(Exercise data begins)

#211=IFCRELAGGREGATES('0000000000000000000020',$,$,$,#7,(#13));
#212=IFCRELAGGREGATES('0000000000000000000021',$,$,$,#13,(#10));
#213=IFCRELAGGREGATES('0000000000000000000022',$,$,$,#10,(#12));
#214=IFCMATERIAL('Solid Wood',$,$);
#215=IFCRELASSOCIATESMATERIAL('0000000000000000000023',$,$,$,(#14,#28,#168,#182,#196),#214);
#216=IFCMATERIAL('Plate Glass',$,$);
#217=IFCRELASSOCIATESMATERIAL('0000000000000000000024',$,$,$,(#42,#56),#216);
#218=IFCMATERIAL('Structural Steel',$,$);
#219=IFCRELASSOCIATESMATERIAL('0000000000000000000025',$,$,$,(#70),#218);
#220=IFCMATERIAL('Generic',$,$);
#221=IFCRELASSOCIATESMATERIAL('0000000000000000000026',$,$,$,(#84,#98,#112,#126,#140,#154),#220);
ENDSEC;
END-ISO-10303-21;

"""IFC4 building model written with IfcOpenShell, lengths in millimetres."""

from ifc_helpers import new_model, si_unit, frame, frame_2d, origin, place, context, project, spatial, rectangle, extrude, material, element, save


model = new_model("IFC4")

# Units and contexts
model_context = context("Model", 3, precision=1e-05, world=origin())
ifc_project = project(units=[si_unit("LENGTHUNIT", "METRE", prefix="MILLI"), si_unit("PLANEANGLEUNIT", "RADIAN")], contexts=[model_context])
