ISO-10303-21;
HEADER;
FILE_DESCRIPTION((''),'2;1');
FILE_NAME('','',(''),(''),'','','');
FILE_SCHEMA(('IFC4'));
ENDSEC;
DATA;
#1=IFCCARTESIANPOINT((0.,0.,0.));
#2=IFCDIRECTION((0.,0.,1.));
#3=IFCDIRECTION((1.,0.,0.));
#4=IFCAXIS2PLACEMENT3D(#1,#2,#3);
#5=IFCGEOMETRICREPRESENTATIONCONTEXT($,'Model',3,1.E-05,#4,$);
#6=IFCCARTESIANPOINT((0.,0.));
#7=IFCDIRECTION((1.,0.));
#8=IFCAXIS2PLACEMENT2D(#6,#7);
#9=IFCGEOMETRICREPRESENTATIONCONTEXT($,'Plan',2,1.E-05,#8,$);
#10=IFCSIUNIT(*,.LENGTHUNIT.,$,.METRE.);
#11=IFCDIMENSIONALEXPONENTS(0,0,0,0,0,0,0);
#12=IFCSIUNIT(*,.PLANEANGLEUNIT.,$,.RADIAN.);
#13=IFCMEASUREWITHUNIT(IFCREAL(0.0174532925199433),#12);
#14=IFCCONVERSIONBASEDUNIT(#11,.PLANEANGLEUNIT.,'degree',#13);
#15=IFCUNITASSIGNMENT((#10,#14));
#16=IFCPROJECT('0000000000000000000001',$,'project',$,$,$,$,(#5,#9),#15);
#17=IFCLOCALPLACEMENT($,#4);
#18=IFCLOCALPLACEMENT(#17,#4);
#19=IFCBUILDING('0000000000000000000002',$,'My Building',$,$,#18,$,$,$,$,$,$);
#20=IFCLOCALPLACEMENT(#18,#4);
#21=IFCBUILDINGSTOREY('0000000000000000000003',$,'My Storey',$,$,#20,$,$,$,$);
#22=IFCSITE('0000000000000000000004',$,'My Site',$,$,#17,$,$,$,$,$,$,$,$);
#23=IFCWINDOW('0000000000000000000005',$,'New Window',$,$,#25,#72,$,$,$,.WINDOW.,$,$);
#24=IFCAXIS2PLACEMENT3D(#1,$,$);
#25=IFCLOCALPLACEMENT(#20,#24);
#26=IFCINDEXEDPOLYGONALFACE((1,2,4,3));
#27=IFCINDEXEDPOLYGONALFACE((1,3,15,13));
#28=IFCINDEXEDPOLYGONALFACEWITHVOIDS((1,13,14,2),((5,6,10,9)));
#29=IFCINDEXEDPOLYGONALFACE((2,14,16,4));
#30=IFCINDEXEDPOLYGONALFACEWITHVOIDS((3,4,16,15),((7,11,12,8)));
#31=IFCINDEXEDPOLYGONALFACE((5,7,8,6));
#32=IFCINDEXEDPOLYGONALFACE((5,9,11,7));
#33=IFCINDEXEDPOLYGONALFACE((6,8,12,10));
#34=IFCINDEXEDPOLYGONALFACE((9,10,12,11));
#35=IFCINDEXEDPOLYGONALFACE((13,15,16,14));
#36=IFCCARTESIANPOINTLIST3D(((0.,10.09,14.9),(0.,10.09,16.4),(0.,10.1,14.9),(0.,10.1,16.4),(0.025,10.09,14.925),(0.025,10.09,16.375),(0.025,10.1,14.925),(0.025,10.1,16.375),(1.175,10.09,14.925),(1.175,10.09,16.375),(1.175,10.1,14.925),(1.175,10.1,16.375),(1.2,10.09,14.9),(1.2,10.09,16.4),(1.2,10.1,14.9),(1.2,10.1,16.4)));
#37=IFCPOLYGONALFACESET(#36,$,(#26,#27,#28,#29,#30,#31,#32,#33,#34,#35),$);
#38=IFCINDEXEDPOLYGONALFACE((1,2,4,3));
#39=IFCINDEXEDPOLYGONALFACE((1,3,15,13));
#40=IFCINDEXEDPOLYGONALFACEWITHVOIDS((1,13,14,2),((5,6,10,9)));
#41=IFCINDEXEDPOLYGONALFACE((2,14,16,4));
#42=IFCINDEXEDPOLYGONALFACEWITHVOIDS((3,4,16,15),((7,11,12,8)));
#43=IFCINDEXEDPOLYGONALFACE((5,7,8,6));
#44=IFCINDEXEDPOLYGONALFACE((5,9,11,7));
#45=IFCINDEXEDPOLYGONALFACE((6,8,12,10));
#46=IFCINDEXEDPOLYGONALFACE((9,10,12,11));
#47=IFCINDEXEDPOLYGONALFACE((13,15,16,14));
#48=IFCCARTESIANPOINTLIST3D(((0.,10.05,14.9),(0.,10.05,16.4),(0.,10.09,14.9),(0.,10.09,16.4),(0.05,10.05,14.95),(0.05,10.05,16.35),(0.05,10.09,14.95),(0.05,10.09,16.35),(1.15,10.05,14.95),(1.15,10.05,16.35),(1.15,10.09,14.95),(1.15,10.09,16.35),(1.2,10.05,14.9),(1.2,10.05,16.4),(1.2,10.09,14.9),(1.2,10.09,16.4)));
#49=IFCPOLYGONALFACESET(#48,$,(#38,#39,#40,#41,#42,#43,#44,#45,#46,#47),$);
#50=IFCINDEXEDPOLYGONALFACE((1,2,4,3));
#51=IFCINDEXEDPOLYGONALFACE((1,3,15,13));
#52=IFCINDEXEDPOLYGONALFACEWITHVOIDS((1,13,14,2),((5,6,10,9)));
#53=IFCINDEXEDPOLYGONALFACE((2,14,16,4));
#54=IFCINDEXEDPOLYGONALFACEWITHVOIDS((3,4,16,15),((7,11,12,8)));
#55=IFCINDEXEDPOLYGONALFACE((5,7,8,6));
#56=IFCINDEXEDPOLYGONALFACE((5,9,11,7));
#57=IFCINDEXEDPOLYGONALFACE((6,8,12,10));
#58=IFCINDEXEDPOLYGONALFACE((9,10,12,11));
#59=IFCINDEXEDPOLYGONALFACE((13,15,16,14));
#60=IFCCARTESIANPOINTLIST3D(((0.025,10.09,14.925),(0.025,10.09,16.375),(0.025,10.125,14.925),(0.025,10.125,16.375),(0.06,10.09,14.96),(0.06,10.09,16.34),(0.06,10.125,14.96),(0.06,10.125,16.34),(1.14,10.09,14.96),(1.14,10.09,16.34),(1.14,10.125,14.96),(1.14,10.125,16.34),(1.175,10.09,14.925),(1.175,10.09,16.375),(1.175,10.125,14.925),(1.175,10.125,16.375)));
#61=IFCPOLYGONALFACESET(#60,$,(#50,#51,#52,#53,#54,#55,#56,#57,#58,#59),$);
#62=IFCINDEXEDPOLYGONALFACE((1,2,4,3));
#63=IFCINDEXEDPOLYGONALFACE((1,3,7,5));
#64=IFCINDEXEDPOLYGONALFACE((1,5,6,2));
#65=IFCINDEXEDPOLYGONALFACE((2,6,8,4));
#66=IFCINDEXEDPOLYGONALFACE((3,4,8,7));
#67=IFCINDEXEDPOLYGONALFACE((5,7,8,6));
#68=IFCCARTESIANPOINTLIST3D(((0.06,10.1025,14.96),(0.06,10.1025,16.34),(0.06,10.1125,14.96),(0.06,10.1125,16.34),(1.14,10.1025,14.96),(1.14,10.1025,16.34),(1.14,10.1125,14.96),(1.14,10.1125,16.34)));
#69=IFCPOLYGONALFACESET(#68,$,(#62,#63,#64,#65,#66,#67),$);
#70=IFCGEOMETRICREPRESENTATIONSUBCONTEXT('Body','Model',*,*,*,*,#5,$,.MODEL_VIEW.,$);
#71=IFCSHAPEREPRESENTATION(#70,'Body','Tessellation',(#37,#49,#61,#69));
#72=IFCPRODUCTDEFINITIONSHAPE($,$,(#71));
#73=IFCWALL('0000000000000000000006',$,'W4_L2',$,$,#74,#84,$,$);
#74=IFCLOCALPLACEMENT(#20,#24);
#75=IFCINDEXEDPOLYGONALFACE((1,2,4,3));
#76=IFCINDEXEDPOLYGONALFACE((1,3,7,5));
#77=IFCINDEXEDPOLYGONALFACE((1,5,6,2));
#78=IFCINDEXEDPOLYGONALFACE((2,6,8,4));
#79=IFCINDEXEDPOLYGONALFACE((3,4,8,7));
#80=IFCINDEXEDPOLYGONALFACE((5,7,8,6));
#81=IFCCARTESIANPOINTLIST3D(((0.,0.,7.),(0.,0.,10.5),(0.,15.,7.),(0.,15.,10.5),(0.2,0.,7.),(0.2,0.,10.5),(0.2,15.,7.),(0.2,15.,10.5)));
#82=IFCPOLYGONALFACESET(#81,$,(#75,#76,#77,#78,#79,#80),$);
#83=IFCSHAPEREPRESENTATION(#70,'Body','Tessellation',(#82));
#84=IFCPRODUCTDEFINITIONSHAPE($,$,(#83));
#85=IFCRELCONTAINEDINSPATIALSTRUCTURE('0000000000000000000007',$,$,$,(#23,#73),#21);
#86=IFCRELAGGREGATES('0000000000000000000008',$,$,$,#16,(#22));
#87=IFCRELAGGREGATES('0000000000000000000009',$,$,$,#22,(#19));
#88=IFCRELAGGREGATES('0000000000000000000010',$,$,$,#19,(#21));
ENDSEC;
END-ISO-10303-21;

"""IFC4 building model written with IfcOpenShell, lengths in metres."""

from ifc_helpers import new_model, entity, si_unit, converted_unit, frame, origin_with_axes, origin_2d_with_axis, place, context, subcontext, project, spatial, line, indexed_curve, outline, extrude, element, save


model = new_model("IFC4")

# Units and contexts
model_context = context("Model", 3, precision=1e-05, world=origin_with_axes())
plan_context = context("Plan", 2, precision=1e-05, world=origin_2d_with_axis())
body_context = subcontext(model_context, "Body", "Model", "MODEL_VIEW")
ifc_project = project(units=[si_unit("LENGTHUNIT", "METRE"), converted_unit("PLANEANGLEUNIT", "degree", entity("IfcReal", 0.0174532925199433), si_unit("PLANEANGLEUNIT", "RADIAN"), dimensions=[0, 0, 0, 0, 0, 0, 0])], contexts=[model_context, plan_context])

# Site, building, storey
site_placement = place(None, origin_with_axes())
site = spatial("IfcSite", under=ifc_project, at=site_placement, Name="My Site")
building_placement = place(site_placement, origin_with_axes())
building = spatial("IfcBuilding", under=site, at=building_placement, Name="My Building")
storey_placement = place(building_placement, origin_with_axes())
storey = spatial("IfcBuildingStorey", under=building, at=storey_placement, Name="My Storey")

# Window
window_placement = place(storey_placement, frame((0.0, 10.0, 14.9), z_axis=(0.0, 0.0, 1.0), x_axis=(1.0, 0.0, 0.0)))
element("IfcWindow", 1, at=window_placement, inside=storey, Name="New Window", PredefinedType="WINDOW", context=body_context, shape_type="SweptSolid", body=[
    extrude(outline(indexed_curve([(0.0, 0.0), (1.2, 0.0), (1.2, 1.5), (0.0, 1.5)], segments=[line(1, 2, 3, 4, 1)]), holes=[indexed_curve([(0.025, 0.025), (1.175, 0.025), (1.175, 1.475), (0.025, 1.475)], segments=[line(1, 2, 3, 4, 1)])]), frame((0.0, 0.09, 0.0), z_axis=(0.0, -1.0, 0.0), x_axis=(1.0, 0.0, 0.0)), (0.0, 0.0, -1.0), 0.01),
    extrude(outline(indexed_curve([(0.0, 0.0), (1.2, 0.0), (1.2, 1.5), (0.0, 1.5)], segments=[line(1, 2, 3, 4, 1)]), holes=[indexed_curve([(0.05, 0.05), (1.15, 0.05), (1.15, 1.45), (0.05, 1.45)], segments=[line(1, 2, 3, 4, 1)])]), frame((0.0, 0.05, 0.0), z_axis=(0.0, -1.0, 0.0), x_axis=(1.0, 0.0, 0.0)), (0.0, 0.0, -1.0), 0.04),
    extrude(outline(indexed_curve([(0.0, 0.0), (1.15, 0.0), (1.15, 1.45), (0.0, 1.45)], segments=[line(1, 2, 3, 4, 1)]), holes=[indexed_curve([(0.035, 0.035), (1.115, 0.035), (1.115, 1.415), (0.035, 1.415)], segments=[line(1, 2, 3, 4, 1)])]), frame((0.025, 0.09, 0.025), z_axis=(0.0, -1.0, 0.0), x_axis=(1.0, 0.0, 0.0)), (0.0, 0.0, -1.0), 0.035),
    extrude(outline(indexed_curve([(0.035, 0.035), (1.115, 0.035), (1.115, 1.415), (0.035, 1.415)], segments=[line(1, 2, 3, 4, 1)])), frame((0.025, 0.1025, 0.025), z_axis=(0.0, -1.0, 0.0), x_axis=(1.0, 0.0, 0.0)), (0.0, 0.0, -1.0), 0.01),
])

# Wall
for number, where, z_axis, x_axis, name in (
    (2, (0.0, 15.0, 7.0), (0.0, 0.0, 1.0), (0.0, -1.0, 0.0), "W4_L2"),
):
    element("IfcWall", number, at=place(storey_placement, frame(where, z_axis=z_axis, x_axis=x_axis)), inside=storey, Name=name, context=body_context, shape_type="SweptSolid", body=[
        extrude(outline(indexed_curve([(0.0, 0.0), (0.0, 0.2), (15.0, 0.2), (15.0, 0.0), (0.0, 0.0)], self_intersect=False)), origin_with_axes(), (0.0, 0.0, 1.0), 3.5),
    ])

save(model, "model.ifc")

(Exercise data ends)

Exercise: Which lines in the listing above include the string "Tessellation"? Copy each of them.

Result for this exercise:
#71=IFCSHAPEREPRESENTATION(#70,'Body','Tessellation',(#37,#49,#61,#69));
#83=IFCSHAPEREPRESENTATION(#70,'Body','Tessellation',(#82));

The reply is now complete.